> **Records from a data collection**
______
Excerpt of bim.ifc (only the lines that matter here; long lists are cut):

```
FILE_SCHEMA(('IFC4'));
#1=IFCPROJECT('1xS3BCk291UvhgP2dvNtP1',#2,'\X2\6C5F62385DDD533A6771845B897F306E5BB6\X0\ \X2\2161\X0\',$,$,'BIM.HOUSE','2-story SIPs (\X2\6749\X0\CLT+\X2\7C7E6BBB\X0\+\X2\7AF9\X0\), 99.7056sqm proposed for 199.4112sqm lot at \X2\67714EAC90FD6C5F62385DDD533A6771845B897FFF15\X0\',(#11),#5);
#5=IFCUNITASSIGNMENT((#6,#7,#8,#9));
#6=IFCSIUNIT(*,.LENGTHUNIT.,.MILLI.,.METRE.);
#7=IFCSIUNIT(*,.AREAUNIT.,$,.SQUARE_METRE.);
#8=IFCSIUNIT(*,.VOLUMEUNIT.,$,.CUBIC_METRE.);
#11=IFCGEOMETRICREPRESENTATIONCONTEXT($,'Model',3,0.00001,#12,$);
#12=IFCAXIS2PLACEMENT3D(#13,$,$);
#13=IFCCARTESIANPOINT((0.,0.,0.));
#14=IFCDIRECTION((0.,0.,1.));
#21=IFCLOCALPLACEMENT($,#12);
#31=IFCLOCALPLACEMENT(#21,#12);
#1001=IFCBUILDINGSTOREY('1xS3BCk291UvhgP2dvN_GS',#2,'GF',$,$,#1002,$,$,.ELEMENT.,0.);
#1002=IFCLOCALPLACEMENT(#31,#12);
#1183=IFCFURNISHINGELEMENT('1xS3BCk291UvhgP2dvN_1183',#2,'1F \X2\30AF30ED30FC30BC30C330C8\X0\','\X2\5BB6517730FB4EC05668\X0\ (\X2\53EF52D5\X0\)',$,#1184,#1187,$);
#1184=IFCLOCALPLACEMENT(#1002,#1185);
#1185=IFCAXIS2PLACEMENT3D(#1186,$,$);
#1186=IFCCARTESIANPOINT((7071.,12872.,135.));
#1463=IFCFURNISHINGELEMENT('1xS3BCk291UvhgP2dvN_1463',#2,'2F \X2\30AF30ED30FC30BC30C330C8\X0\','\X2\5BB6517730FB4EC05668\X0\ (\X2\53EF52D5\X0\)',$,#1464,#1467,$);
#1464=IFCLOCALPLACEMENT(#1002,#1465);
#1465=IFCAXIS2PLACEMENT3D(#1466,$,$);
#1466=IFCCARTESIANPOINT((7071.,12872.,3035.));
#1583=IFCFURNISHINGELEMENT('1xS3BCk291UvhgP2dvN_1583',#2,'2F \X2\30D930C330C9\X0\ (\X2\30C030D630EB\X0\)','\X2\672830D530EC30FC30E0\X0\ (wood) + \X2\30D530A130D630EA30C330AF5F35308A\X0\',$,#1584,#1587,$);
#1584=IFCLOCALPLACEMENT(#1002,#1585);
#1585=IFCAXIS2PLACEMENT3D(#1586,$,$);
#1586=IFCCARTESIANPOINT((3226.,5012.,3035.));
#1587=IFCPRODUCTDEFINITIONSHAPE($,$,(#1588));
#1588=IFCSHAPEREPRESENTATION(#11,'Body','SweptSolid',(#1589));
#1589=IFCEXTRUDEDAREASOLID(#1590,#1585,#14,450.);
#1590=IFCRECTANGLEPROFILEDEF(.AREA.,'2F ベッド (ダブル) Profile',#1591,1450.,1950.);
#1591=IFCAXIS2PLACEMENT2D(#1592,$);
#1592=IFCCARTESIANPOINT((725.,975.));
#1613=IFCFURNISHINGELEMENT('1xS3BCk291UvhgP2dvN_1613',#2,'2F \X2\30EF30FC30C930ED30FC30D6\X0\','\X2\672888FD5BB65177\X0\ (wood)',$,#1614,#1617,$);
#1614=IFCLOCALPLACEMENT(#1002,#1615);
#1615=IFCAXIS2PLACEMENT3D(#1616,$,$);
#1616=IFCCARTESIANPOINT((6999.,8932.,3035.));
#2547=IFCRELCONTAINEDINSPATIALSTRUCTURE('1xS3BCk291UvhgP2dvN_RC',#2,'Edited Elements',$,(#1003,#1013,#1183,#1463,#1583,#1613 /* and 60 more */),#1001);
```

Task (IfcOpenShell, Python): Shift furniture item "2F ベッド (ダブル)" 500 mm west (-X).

```python
import ifcopenshell
import ifcopenshell.api.geometry
import ifcopenshell.util.placement

model = ifcopenshell.open("bim.ifc")

item = model.by_guid("1xS3BCk291UvhgP2dvN_1583")
matrix = ifcopenshell.util.placement.get_local_placement(item.ObjectPlacement)
matrix[0, 3] -= 500.0
ifcopenshell.api.geometry.edit_object_placement(model, product=item, matrix=matrix, is_si=False)

print(ifcopenshell.util.placement.get_local_placement(item.ObjectPlacement).round(3) + 0.0)

model.write("bim_updated.ifc")
```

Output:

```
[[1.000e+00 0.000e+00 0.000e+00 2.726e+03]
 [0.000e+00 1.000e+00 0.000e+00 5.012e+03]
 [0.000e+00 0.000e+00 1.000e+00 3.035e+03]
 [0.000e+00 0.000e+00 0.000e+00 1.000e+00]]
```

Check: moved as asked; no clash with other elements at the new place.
______
> **Exercise directions**
Return all the lines above exactly as given.

> **Result of the task**
Excerpt of bim.ifc (only the lines that matter here; long lists are cut):

```
FILE_SCHEMA(('IFC4'));
#1=IFCPROJECT('1xS3BCk291UvhgP2dvNtP1',#2,'\X2\6C5F62385DDD533A6771845B897F306E5BB6\X0\ \X2\2161\X0\',$,$,'BIM.HOUSE','2-story SIPs (\X2\6749\X0\CLT+\X2\7C7E6BBB\X0\+\X2\7AF9\X0\), 99.7056sqm proposed for 199.4112sqm lot at \X2\67714EAC90FD6C5F62385DDD533A6771845B897FFF15\X0\',(#11),#5);
#5=IFCUNITASSIGNMENT((#6,#7,#8,#9));
#6=IFCSIUNIT(*,.LENGTHUNIT.,.MILLI.,.METRE.);
#7=IFCSIUNIT(*,.AREAUNIT.,$,.SQUARE_METRE.);
#8=IFCSIUNIT(*,.VOLUMEUNIT.,$,.CUBIC_METRE.);
#11=IFCGEOMETRICREPRESENTATIONCONTEXT($,'Model',3,0.00001,#12,$);
#12=IFCAXIS2PLACEMENT3D(#13,$,$);
#13=IFCCARTESIANPOINT((0.,0.,0.));
#14=IFCDIRECTION((0.,0.,1.));
#21=IFCLOCALPLACEMENT($,#12);
#31=IFCLOCALPLACEMENT(#21,#12);
#1001=IFCBUILDINGSTOREY('1xS3BCk291UvhgP2dvN_GS',#2,'GF',$,$,#1002,$,$,.ELEMENT.,0.);
#1002=IFCLOCALPLACEMENT(#31,#12);
#1183=IFCFURNISHINGELEMENT('1xS3BCk291UvhgP2dvN_1183',#2,'1F \X2\30AF30ED30FC30BC30C330C8\X0\','\X2\5BB6517730FB4EC05668\X0\ (\X2\53EF52D5\X0\)',$,#1184,#1187,$);
#1184=IFCLOCALPLACEMENT(#1002,#1185);
#1185=IFCAXIS2PLACEMENT3D(#1186,$,$);
#1186=IFCCARTESIANPOINT((7071.,12872.,135.));
#1463=IFCFURNISHINGELEMENT('1xS3BCk291UvhgP2dvN_1463',#2,'2F \X2\30AF30ED30FC30BC30C330C8\X0\','\X2\5BB6517730FB4EC05668\X0\ (\X2\53EF52D5\X0\)',$,#1464,#1467,$);
#1464=IFCLOCALPLACEMENT(#1002,#1465);
#1465=IFCAXIS2PLACEMENT3D(#1466,$,$);
#1466=IFCCARTESIANPOINT((7071.,12872.,3035.));
#1583=IFCFURNISHINGELEMENT('1xS3BCk291UvhgP2dvN_1583',#2,'2F \X2\30D930C330C9\X0\ (\X2\30C030D630EB\X0\)','\X2\672830D530EC30FC30E0\X0\ (wood) + \X2\30D530A130D630EA30C330AF5F35308A\X0\',$,#1584,#1587,$);
#1584=IFCLOCALPLACEMENT(#1002,#1585);
#1585=IFCAXIS2PLACEMENT3D(#1586,$,$);
#1586=IFCCARTESIANPOINT((3226.,5012.,3035.));
#1587=IFCPRODUCTDEFINITIONSHAPE($,$,(#1588));
#1588=IFCSHAPEREPRESENTATION(#11,'Body','SweptSolid',(#1589));
#1589=IFCEXTRUDEDAREASOLID(#1590,#1585,#14,450.);
#1590=IFCRECTANGLEPROFILEDEF(.AREA.,'2F ベッド (ダブル) Profile',#1591,1450.,1950.);
#1591=IFCAXIS2PLACEMENT2D(#1592,$);
#1592=IFCCARTESIANPOINT((725.,975.));
#1613=IFCFURNISHINGELEMENT('1xS3BCk291UvhgP2dvN_1613',#2,'2F \X2\30EF30FC30C930ED30FC30D6\X0\','\X2\672888FD5BB65177\X0\ (wood)',$,#1614,#1617,$);
#1614=IFCLOCALPLACEMENT(#1002,#1615);
#1615=IFCAXIS2PLACEMENT3D(#1616,$,$);
#1616=IFCCARTESIANPOINT((6999.,8932.,3035.));
#2547=IFCRELCONTAINEDINSPATIALSTRUCTURE('1xS3BCk291UvhgP2dvN_RC',#2,'Edited Elements',$,(#1003,#1013,#1183,#1463,#1583,#1613 /* and 60 more */),#1001);
```

Task (IfcOpenShell, Python): Shift furniture item "2F ベッド (ダブル)" 500 mm west (-X).

```python
import ifcopenshell
import ifcopenshell.api.geometry
import ifcopenshell.util.placement

model = ifcopenshell.open("bim.ifc")

item = model.by_guid("1xS3BCk291UvhgP2dvN_1583")
matrix = ifcopenshell.util.placement.get_local_placement(item.ObjectPlacement)
matrix[0, 3] -= 500.0
ifcopenshell.api.geometry.edit_object_placement(model, product=item, matrix=matrix, is_si=False)

print(ifcopenshell.util.placement.get_local_placement(item.ObjectPlacement).round(3) + 0.0)

model.write("bim_updated.ifc")
```

Output:

```
[[1.000e+00 0.000e+00 0.000e+00 2.726e+03]
 [0.000e+00 1.000e+00 0.000e+00 5.012e+03]
 [0.000e+00 0.000e+00 1.000e+00 3.035e+03]
 [0.000e+00 0.000e+00 0.000e+00 1.000e+00]]
```

Check: moved as asked; no clash with other elements at the new place.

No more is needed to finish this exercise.